== Data shown ==

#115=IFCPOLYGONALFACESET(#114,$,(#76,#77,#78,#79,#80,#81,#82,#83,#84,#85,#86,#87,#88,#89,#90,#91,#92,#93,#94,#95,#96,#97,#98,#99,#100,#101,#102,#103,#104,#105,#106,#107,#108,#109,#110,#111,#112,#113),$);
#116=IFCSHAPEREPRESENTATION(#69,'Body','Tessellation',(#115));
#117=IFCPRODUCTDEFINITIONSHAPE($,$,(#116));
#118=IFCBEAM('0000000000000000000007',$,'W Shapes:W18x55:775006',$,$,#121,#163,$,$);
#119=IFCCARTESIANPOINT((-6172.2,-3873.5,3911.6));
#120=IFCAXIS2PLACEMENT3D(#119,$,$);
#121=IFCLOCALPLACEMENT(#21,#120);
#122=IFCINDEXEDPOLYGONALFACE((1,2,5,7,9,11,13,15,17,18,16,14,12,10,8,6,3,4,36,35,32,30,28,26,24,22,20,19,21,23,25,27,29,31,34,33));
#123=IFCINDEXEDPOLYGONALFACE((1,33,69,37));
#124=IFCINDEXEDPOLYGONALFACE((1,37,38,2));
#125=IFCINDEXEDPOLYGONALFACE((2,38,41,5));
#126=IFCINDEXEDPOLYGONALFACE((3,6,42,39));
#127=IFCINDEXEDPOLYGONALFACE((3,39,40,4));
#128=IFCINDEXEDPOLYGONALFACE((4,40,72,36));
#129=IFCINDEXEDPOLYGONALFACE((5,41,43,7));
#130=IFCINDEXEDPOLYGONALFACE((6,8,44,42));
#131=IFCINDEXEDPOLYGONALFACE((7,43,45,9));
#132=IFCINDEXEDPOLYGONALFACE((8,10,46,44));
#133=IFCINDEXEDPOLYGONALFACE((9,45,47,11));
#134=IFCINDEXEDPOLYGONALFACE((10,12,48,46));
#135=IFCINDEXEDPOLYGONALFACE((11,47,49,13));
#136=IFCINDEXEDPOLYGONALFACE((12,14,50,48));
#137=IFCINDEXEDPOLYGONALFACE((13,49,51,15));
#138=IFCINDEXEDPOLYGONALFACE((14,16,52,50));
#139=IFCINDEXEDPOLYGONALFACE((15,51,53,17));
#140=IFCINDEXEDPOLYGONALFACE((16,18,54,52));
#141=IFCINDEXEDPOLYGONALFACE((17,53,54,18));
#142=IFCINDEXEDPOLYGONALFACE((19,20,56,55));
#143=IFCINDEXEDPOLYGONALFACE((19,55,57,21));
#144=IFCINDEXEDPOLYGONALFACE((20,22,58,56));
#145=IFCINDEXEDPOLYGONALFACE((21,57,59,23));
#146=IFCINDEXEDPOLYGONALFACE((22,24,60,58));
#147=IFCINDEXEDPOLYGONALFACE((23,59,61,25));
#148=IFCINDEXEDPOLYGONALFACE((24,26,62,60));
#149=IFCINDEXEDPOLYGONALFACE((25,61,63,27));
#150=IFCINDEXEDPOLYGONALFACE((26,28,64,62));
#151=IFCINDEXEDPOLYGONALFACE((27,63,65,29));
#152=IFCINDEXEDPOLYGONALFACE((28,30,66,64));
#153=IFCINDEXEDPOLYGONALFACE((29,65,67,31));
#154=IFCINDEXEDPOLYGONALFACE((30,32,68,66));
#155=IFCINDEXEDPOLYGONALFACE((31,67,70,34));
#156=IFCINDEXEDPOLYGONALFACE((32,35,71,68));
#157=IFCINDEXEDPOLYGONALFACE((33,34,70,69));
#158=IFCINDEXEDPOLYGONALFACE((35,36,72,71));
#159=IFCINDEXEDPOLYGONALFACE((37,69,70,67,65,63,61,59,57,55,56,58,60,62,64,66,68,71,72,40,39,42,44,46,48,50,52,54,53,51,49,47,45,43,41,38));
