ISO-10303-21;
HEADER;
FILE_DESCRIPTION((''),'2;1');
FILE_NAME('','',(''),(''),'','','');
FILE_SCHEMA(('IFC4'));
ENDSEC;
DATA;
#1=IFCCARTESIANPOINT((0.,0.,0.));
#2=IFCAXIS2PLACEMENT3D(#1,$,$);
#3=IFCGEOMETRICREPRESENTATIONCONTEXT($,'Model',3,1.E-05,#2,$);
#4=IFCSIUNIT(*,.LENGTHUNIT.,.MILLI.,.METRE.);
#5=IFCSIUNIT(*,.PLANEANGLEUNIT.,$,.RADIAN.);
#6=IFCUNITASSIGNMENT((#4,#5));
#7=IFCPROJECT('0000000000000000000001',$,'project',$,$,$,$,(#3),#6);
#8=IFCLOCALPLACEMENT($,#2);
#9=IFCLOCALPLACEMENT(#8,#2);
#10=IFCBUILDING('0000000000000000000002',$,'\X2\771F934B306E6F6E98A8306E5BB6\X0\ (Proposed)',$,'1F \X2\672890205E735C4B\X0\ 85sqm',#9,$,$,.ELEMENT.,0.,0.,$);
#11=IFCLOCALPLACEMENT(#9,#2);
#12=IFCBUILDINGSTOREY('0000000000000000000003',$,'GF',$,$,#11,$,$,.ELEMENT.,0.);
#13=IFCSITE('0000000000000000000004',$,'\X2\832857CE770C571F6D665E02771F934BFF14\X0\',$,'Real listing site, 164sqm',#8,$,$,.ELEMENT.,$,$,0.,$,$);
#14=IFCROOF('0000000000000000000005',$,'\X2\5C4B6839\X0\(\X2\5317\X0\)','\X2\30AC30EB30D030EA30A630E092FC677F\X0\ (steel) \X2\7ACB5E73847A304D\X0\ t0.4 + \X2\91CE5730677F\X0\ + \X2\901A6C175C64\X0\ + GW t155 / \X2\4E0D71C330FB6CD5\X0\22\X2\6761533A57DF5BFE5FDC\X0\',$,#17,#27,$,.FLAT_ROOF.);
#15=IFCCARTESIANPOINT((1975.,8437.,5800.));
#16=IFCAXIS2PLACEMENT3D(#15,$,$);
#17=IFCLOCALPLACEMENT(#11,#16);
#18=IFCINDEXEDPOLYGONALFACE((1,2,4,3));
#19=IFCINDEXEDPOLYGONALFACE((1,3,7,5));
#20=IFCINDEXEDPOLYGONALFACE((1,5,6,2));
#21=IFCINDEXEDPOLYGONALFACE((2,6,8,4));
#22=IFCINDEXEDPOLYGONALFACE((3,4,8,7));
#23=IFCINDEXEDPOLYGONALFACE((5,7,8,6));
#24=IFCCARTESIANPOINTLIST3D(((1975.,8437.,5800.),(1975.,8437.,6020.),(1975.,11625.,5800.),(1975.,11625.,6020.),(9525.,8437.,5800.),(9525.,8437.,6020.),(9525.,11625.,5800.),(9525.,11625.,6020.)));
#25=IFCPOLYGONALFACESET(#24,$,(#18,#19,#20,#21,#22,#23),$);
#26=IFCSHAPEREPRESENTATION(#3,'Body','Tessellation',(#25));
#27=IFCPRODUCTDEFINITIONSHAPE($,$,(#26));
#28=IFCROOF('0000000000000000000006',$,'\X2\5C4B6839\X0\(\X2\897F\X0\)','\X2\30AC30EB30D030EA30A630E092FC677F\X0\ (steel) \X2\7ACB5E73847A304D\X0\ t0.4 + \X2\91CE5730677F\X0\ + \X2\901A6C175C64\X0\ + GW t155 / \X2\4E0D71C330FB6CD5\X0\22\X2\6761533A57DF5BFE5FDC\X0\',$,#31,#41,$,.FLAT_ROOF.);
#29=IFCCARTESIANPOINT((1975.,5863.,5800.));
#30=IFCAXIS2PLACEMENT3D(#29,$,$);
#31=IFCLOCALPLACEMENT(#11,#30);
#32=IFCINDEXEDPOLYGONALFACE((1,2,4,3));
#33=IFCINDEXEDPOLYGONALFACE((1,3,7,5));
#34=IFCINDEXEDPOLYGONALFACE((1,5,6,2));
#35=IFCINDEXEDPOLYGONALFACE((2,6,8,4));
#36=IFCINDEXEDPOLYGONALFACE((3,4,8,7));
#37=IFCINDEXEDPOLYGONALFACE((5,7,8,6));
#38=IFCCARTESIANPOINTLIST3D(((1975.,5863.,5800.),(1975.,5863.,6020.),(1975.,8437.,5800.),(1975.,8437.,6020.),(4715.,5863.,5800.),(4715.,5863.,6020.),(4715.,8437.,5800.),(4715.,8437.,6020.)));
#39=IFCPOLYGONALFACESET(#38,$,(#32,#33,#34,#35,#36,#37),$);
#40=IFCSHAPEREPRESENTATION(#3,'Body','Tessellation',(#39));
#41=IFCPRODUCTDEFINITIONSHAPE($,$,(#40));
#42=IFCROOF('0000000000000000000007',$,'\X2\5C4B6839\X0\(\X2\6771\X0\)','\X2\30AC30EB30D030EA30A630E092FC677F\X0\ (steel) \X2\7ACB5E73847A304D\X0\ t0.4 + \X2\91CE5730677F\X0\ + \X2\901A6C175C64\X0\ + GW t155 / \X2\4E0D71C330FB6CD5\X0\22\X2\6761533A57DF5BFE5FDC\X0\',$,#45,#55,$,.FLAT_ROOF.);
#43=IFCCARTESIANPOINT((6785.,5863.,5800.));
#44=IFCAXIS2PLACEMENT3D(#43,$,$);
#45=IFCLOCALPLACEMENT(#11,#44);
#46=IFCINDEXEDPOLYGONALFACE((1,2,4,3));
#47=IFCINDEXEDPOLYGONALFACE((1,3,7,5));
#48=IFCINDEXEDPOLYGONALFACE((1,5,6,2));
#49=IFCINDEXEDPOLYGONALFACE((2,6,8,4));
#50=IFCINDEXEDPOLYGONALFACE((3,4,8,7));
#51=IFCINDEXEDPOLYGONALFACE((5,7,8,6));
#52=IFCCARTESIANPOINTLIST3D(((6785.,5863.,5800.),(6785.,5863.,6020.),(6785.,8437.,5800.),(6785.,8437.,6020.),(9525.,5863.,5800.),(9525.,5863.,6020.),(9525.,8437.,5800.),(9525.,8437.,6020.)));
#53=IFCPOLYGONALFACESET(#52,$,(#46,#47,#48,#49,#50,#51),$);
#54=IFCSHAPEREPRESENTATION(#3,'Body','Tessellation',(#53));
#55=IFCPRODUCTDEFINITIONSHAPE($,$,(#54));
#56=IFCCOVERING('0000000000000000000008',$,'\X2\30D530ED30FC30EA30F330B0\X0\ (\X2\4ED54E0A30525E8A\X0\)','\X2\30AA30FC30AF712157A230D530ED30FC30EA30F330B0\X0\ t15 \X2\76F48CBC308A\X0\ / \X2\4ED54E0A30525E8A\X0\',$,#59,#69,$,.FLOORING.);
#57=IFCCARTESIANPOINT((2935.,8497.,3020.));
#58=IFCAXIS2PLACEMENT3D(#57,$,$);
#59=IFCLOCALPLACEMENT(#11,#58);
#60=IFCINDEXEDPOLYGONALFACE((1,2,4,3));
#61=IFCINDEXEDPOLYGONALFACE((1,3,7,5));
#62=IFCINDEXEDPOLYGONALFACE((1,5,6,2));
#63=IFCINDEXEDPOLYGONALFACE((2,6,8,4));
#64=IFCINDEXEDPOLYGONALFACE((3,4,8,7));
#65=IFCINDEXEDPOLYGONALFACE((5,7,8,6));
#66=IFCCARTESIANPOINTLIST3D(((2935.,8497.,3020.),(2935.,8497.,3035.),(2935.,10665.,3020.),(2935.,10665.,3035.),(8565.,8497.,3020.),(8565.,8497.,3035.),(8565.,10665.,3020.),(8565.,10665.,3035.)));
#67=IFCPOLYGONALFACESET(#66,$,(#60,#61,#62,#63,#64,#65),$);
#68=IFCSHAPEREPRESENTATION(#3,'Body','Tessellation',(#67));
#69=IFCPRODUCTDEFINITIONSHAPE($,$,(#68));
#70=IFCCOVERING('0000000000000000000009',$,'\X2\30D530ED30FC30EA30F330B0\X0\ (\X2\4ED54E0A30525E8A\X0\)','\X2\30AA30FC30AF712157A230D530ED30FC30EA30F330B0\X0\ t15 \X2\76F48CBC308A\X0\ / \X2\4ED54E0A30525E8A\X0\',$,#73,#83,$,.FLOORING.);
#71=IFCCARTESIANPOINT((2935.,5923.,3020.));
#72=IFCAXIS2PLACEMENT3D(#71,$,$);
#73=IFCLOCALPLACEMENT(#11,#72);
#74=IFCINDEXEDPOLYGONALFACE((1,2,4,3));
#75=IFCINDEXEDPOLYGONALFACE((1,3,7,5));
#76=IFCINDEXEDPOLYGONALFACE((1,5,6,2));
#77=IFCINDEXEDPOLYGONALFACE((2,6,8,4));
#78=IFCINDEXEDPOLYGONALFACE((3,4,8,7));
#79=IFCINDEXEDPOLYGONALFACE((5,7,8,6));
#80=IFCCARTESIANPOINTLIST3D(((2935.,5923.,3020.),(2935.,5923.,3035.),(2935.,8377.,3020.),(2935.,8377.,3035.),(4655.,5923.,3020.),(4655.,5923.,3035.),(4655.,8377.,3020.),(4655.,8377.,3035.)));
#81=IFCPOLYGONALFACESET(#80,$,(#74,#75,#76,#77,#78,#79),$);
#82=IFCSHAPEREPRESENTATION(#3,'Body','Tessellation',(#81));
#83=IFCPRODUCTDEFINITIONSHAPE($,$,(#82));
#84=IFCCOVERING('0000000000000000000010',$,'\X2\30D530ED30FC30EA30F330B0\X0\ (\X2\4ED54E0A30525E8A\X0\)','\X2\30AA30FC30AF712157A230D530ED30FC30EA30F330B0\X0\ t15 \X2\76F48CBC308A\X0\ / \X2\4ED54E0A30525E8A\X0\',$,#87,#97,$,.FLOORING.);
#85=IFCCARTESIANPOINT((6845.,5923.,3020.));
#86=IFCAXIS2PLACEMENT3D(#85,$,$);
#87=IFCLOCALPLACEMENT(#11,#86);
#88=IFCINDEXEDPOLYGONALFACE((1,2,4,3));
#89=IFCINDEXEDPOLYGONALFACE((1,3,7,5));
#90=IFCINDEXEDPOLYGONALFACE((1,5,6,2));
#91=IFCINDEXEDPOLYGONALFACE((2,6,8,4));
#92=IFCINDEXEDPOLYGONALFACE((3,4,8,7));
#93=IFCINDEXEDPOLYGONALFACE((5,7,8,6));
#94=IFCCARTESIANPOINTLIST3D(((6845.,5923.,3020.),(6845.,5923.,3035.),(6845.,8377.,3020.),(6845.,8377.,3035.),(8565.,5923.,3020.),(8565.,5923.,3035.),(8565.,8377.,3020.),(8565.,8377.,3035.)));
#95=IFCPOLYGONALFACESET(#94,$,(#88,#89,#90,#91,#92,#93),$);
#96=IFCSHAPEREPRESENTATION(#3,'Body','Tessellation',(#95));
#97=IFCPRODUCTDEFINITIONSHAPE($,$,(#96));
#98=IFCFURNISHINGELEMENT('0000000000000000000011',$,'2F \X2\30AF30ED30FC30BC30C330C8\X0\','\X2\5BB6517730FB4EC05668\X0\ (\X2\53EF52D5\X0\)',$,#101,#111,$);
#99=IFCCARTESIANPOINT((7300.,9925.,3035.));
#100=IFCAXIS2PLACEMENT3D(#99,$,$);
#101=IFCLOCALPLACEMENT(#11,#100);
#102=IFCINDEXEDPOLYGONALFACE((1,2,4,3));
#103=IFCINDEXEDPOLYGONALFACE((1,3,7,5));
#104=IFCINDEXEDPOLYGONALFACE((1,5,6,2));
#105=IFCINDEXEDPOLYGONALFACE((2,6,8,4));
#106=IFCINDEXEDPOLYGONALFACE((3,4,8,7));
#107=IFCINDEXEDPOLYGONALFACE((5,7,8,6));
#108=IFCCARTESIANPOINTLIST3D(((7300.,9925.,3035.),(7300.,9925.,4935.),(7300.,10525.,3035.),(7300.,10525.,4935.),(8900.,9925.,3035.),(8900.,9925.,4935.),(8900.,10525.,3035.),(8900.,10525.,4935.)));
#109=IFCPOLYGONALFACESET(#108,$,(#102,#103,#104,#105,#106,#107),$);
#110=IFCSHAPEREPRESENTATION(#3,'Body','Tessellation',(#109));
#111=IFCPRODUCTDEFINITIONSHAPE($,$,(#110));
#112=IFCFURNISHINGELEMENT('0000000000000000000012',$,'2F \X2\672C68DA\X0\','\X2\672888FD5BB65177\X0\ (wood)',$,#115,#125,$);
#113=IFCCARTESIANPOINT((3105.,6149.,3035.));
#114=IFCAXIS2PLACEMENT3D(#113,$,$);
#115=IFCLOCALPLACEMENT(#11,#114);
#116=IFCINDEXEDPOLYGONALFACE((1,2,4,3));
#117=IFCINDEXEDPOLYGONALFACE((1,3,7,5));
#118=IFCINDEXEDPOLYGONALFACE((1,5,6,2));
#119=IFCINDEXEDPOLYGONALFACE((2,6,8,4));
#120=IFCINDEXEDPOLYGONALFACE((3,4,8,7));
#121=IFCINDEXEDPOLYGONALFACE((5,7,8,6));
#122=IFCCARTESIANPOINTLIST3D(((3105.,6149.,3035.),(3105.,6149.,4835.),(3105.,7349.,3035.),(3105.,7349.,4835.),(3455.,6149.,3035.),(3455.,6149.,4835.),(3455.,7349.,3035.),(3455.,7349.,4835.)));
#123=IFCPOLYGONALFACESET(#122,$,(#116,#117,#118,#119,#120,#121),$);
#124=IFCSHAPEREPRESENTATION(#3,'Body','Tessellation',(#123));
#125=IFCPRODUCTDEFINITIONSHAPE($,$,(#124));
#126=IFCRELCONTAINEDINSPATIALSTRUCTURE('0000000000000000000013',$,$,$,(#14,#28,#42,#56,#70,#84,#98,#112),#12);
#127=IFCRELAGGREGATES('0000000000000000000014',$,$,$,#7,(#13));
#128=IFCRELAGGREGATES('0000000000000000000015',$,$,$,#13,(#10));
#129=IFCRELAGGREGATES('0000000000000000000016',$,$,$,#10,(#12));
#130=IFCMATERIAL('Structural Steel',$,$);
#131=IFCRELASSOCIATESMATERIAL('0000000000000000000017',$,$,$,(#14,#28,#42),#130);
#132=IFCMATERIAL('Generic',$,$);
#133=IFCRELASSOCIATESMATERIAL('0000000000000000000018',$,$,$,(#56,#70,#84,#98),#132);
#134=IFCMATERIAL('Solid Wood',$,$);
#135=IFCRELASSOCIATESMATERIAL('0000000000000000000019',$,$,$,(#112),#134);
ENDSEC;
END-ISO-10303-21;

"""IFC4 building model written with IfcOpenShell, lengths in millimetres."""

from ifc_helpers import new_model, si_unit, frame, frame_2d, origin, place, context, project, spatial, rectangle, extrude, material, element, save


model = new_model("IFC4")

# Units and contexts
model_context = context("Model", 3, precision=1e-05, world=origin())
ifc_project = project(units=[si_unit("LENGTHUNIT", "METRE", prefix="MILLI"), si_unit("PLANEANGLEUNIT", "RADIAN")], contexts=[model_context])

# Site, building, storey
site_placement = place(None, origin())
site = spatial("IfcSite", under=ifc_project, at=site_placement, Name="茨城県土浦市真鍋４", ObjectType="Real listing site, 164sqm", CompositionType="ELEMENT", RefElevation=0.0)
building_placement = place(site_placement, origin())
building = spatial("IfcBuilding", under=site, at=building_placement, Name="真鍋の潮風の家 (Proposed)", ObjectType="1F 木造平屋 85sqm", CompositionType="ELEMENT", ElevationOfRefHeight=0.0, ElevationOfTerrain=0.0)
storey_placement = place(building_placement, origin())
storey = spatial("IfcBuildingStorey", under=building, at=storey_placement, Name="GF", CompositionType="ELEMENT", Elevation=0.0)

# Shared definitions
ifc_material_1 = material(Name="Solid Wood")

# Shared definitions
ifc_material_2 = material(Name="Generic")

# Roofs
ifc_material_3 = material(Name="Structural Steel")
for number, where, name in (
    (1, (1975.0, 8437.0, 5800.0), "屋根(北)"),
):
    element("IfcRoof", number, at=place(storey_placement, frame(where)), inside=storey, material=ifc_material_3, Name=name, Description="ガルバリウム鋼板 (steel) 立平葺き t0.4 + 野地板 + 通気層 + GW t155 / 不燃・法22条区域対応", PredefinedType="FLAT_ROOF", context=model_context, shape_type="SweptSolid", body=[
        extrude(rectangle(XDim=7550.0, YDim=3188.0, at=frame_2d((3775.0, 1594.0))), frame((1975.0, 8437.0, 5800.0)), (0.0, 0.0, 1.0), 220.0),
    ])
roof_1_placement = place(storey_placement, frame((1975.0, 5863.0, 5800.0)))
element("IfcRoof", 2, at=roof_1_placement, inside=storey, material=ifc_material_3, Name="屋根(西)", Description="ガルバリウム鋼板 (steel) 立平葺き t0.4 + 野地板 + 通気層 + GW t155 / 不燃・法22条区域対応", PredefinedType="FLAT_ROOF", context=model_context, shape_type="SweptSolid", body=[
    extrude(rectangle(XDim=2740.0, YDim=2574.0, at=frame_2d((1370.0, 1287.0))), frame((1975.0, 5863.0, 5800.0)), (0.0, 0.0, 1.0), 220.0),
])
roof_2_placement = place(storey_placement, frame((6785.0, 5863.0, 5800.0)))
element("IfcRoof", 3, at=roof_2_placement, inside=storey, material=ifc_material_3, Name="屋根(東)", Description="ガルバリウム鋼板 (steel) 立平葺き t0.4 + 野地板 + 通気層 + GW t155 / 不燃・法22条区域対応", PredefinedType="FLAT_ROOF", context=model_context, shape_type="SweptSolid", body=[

===
== Data shown ==

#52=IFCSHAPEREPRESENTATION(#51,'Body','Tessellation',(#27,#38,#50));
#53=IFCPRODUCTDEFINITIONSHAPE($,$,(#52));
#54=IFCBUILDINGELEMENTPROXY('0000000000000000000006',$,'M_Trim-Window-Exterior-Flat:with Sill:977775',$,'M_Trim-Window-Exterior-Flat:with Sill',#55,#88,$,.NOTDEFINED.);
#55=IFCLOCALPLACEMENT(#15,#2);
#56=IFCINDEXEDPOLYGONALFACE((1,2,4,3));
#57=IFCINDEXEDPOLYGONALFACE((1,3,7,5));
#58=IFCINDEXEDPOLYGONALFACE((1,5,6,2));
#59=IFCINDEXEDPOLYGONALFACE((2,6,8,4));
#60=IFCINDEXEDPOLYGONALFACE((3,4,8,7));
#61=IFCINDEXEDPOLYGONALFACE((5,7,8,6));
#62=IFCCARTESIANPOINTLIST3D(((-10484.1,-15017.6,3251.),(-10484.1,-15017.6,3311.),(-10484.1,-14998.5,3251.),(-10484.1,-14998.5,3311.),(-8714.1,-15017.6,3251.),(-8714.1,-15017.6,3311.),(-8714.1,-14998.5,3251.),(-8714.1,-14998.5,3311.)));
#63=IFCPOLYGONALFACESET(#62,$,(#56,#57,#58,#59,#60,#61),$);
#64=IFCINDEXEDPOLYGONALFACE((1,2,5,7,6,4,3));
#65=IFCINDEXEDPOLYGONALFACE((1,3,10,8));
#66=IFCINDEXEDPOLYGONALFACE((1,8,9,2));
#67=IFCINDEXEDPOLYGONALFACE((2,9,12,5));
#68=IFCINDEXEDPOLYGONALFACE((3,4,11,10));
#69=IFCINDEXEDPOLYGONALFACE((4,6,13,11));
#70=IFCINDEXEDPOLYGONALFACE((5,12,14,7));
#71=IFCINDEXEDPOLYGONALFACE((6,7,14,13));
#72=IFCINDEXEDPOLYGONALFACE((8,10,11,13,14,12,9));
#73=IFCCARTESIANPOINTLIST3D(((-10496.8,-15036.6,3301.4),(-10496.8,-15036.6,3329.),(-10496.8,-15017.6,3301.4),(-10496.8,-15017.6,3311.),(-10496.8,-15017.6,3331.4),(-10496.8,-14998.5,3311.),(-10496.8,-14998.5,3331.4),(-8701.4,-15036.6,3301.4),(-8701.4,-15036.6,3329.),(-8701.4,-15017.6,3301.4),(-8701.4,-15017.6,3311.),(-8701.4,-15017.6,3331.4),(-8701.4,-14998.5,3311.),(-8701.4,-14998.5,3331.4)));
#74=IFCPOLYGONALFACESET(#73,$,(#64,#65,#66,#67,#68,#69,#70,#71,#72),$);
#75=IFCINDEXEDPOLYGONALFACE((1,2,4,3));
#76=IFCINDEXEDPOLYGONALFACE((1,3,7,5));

===

## Brief:
Your reply is to repeat, unchanged, the lines above running from the one with "#100=IFCAXIS2PLACEMENT3D(#99,$,$);" up to and including the one with "#119=IFCINDEXEDPOLYGONALFACE((2,6,8,4));".

## Task output:
#100=IFCAXIS2PLACEMENT3D(#99,$,$);
#101=IFCLOCALPLACEMENT(#11,#100);
#102=IFCINDEXEDPOLYGONALFACE((1,2,4,3));
#103=IFCINDEXEDPOLYGONALFACE((1,3,7,5));
#104=IFCINDEXEDPOLYGONALFACE((1,5,6,2));
#105=IFCINDEXEDPOLYGONALFACE((2,6,8,4));
#106=IFCINDEXEDPOLYGONALFACE((3,4,8,7));
#107=IFCINDEXEDPOLYGONALFACE((5,7,8,6));
#108=IFCCARTESIANPOINTLIST3D(((7300.,9925.,3035.),(7300.,9925.,4935.),(7300.,10525.,3035.),(7300.,10525.,4935.),(8900.,9925.,3035.),(8900.,9925.,4935.),(8900.,10525.,3035.),(8900.,10525.,4935.)));
#109=IFCPOLYGONALFACESET(#108,$,(#102,#103,#104,#105,#106,#107),$);
#110=IFCSHAPEREPRESENTATION(#3,'Body','Tessellation',(#109));
#111=IFCPRODUCTDEFINITIONSHAPE($,$,(#110));
#112=IFCFURNISHINGELEMENT('0000000000000000000012',$,'2F \X2\672C68DA\X0\','\X2\672888FD5BB65177\X0\ (wood)',$,#115,#125,$);
#113=IFCCARTESIANPOINT((3105.,6149.,3035.));
#114=IFCAXIS2PLACEMENT3D(#113,$,$);
#115=IFCLOCALPLACEMENT(#11,#114);
#116=IFCINDEXEDPOLYGONALFACE((1,2,4,3));
#117=IFCINDEXEDPOLYGONALFACE((1,3,7,5));
#118=IFCINDEXEDPOLYGONALFACE((1,5,6,2));
#119=IFCINDEXEDPOLYGONALFACE((2,6,8,4));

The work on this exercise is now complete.